Of the material below, only the lines from the line containing "#105=IFCINDEXEDPOLYGONALFACE((147,155,156,148));" down to the line containing "#142=IFCINDEXEDPOLYGONALFACE((219,233,234,220));" belong in the answer, written out exactly.

---------- Given records

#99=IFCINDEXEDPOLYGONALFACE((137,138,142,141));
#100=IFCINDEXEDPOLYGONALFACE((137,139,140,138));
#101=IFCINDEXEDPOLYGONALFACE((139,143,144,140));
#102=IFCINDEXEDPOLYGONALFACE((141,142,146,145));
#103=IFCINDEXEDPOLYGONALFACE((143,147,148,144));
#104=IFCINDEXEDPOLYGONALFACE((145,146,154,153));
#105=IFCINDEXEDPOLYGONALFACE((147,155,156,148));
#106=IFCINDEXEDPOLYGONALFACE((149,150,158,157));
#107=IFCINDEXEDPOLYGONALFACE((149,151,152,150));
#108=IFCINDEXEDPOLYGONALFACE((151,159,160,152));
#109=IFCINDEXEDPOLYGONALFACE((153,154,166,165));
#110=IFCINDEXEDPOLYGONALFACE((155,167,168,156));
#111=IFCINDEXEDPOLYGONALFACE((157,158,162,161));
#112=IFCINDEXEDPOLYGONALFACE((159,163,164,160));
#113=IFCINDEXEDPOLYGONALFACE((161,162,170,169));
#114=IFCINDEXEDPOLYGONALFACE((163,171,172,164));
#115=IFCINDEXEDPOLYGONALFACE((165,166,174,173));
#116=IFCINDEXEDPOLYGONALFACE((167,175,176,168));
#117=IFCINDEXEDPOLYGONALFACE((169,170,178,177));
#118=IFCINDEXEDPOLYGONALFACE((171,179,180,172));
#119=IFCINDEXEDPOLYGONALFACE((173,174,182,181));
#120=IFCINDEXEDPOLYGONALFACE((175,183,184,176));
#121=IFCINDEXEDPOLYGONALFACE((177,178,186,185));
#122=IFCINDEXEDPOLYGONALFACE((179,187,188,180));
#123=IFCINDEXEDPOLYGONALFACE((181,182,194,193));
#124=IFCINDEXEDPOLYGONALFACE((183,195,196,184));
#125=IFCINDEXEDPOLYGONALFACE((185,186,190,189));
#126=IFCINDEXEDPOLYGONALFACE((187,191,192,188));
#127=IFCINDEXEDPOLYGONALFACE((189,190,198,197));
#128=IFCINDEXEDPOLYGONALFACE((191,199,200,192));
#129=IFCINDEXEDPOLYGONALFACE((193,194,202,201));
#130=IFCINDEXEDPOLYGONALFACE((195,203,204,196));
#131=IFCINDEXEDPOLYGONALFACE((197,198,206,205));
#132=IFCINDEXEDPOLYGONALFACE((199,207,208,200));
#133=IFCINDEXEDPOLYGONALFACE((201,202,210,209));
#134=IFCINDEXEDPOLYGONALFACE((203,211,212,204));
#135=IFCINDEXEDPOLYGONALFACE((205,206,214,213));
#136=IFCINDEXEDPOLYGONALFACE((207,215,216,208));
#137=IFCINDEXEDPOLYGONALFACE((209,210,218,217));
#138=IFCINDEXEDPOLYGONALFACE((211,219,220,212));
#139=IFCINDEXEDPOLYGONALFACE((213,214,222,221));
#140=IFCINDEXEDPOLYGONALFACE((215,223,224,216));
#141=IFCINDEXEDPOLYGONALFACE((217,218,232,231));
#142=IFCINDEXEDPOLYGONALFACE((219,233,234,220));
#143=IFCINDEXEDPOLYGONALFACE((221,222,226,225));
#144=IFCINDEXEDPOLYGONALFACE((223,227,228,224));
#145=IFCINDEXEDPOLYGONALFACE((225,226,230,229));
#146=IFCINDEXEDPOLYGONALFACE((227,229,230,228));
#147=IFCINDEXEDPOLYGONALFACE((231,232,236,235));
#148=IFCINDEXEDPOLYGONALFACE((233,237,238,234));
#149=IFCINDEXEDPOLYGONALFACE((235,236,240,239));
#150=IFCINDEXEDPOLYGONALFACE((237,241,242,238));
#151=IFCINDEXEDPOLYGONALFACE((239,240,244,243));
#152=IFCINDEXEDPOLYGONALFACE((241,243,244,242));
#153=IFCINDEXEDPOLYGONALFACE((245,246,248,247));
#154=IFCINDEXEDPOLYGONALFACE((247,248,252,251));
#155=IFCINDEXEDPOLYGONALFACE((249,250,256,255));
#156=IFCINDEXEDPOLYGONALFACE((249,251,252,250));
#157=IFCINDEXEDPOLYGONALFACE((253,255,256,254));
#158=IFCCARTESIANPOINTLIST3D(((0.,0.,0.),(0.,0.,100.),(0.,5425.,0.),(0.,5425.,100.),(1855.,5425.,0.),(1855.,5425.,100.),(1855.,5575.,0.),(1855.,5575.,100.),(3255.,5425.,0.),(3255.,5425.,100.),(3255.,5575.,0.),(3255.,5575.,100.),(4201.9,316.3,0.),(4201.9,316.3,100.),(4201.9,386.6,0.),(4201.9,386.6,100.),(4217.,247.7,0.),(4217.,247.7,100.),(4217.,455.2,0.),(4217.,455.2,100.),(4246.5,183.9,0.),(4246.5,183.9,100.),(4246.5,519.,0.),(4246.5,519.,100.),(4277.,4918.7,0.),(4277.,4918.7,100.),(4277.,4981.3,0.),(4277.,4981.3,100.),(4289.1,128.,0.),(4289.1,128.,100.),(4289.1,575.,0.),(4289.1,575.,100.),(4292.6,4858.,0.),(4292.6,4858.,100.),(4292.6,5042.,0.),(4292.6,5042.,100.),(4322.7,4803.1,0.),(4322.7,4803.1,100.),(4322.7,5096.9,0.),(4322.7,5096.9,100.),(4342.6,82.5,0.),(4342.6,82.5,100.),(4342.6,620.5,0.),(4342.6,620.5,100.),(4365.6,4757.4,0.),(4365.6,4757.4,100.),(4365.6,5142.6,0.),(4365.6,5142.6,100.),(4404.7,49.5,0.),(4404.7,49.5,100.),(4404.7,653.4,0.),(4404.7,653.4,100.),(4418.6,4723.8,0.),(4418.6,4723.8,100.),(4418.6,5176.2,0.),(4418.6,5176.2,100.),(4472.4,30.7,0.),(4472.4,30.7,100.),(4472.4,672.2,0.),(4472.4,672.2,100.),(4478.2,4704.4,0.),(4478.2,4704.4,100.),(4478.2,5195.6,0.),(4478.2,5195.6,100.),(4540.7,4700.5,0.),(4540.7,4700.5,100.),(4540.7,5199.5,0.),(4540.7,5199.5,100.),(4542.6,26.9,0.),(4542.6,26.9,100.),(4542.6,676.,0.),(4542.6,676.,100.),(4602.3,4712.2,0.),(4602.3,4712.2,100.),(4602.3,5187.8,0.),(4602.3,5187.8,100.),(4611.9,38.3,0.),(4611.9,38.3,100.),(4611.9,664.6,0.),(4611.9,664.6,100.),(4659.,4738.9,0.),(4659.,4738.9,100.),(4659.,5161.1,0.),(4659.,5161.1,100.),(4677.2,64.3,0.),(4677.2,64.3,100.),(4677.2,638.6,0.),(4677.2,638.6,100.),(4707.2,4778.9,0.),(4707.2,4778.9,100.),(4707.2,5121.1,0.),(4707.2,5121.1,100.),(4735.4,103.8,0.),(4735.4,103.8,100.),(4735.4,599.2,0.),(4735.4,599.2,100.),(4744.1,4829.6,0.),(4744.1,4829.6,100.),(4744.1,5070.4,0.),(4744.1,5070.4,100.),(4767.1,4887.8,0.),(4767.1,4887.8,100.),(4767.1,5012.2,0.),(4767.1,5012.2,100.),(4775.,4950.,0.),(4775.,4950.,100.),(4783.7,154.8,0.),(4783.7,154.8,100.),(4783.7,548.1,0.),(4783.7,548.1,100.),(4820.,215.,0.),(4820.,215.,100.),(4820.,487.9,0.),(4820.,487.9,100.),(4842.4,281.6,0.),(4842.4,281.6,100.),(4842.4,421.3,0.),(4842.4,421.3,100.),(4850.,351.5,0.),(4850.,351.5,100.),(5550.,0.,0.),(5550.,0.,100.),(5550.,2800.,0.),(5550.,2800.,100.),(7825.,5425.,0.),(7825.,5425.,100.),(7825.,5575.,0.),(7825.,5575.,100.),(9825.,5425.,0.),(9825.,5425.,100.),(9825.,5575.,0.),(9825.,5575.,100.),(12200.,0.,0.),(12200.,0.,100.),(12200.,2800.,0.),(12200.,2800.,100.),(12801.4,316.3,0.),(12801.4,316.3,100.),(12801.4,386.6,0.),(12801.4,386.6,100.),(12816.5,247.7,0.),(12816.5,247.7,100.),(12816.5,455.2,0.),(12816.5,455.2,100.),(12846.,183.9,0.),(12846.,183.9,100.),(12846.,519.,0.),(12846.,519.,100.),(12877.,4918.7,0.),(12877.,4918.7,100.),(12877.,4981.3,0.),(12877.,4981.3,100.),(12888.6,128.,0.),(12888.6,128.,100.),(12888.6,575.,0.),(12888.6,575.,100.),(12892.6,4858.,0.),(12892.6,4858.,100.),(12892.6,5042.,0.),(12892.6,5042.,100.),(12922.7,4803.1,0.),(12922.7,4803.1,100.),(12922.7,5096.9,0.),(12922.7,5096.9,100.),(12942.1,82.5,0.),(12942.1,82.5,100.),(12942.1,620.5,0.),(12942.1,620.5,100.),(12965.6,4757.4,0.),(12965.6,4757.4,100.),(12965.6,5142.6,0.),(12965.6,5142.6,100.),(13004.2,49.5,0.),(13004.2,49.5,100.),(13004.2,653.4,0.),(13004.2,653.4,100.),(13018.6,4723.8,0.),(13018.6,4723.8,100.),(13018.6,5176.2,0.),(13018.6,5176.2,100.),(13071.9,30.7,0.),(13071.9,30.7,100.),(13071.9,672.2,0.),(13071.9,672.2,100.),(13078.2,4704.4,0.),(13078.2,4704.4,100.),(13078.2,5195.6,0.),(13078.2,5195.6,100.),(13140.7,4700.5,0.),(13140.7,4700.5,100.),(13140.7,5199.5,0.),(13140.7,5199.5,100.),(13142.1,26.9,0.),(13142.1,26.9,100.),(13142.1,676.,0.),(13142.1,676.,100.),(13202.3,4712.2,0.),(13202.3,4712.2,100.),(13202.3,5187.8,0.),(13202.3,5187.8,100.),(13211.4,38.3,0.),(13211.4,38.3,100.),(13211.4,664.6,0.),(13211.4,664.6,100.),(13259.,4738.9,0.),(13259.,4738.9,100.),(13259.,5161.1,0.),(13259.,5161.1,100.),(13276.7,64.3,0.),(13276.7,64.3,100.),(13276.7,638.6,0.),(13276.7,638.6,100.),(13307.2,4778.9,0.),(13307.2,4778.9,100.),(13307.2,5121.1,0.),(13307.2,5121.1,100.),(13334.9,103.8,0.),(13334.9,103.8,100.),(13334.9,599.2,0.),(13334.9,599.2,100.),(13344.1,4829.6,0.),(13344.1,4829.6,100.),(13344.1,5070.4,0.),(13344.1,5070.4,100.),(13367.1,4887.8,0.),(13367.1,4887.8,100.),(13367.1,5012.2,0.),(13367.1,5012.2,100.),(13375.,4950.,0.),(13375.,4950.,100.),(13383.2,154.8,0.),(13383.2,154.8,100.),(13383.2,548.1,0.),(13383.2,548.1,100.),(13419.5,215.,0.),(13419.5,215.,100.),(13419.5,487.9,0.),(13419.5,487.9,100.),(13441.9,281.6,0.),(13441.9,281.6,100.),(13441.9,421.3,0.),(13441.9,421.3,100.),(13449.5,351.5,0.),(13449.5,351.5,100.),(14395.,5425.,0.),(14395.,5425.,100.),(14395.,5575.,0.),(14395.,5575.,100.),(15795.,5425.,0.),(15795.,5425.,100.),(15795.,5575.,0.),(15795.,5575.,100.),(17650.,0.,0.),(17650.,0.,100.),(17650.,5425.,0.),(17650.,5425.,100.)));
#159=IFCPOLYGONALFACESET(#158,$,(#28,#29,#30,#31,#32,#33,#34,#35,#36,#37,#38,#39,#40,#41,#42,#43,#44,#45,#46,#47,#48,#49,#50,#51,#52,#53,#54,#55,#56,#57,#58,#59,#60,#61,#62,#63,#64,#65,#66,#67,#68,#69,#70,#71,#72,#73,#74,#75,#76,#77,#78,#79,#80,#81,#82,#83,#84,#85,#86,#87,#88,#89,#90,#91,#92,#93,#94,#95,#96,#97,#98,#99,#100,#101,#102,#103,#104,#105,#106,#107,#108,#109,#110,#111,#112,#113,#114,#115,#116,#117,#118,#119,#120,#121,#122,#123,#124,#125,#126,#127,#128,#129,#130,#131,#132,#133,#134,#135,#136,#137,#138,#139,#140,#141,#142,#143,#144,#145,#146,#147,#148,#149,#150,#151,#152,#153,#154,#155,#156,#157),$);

--------------------

Finished task
#105=IFCINDEXEDPOLYGONALFACE((147,155,156,148));
#106=IFCINDEXEDPOLYGONALFACE((149,150,158,157));
#107=IFCINDEXEDPOLYGONALFACE((149,151,152,150));
#108=IFCINDEXEDPOLYGONALFACE((151,159,160,152));
#109=IFCINDEXEDPOLYGONALFACE((153,154,166,165));
#110=IFCINDEXEDPOLYGONALFACE((155,167,168,156));
#111=IFCINDEXEDPOLYGONALFACE((157,158,162,161));
#112=IFCINDEXEDPOLYGONALFACE((159,163,164,160));
#113=IFCINDEXEDPOLYGONALFACE((161,162,170,169));
#114=IFCINDEXEDPOLYGONALFACE((163,171,172,164));
#115=IFCINDEXEDPOLYGONALFACE((165,166,174,173));
#116=IFCINDEXEDPOLYGONALFACE((167,175,176,168));
#117=IFCINDEXEDPOLYGONALFACE((169,170,178,177));
#118=IFCINDEXEDPOLYGONALFACE((171,179,180,172));
#119=IFCINDEXEDPOLYGONALFACE((173,174,182,181));
#120=IFCINDEXEDPOLYGONALFACE((175,183,184,176));
#121=IFCINDEXEDPOLYGONALFACE((177,178,186,185));
#122=IFCINDEXEDPOLYGONALFACE((179,187,188,180));
#123=IFCINDEXEDPOLYGONALFACE((181,182,194,193));
#124=IFCINDEXEDPOLYGONALFACE((183,195,196,184));
#125=IFCINDEXEDPOLYGONALFACE((185,186,190,189));
#126=IFCINDEXEDPOLYGONALFACE((187,191,192,188));
#127=IFCINDEXEDPOLYGONALFACE((189,190,198,197));
#128=IFCINDEXEDPOLYGONALFACE((191,199,200,192));
#129=IFCINDEXEDPOLYGONALFACE((193,194,202,201));
#130=IFCINDEXEDPOLYGONALFACE((195,203,204,196));
#131=IFCINDEXEDPOLYGONALFACE((197,198,206,205));
#132=IFCINDEXEDPOLYGONALFACE((199,207,208,200));
#133=IFCINDEXEDPOLYGONALFACE((201,202,210,209));
#134=IFCINDEXEDPOLYGONALFACE((203,211,212,204));
#135=IFCINDEXEDPOLYGONALFACE((205,206,214,213));
#136=IFCINDEXEDPOLYGONALFACE((207,215,216,208));
#137=IFCINDEXEDPOLYGONALFACE((209,210,218,217));
#138=IFCINDEXEDPOLYGONALFACE((211,219,220,212));
#139=IFCINDEXEDPOLYGONALFACE((213,214,222,221));
#140=IFCINDEXEDPOLYGONALFACE((215,223,224,216));
#141=IFCINDEXEDPOLYGONALFACE((217,218,232,231));
#142=IFCINDEXEDPOLYGONALFACE((219,233,234,220));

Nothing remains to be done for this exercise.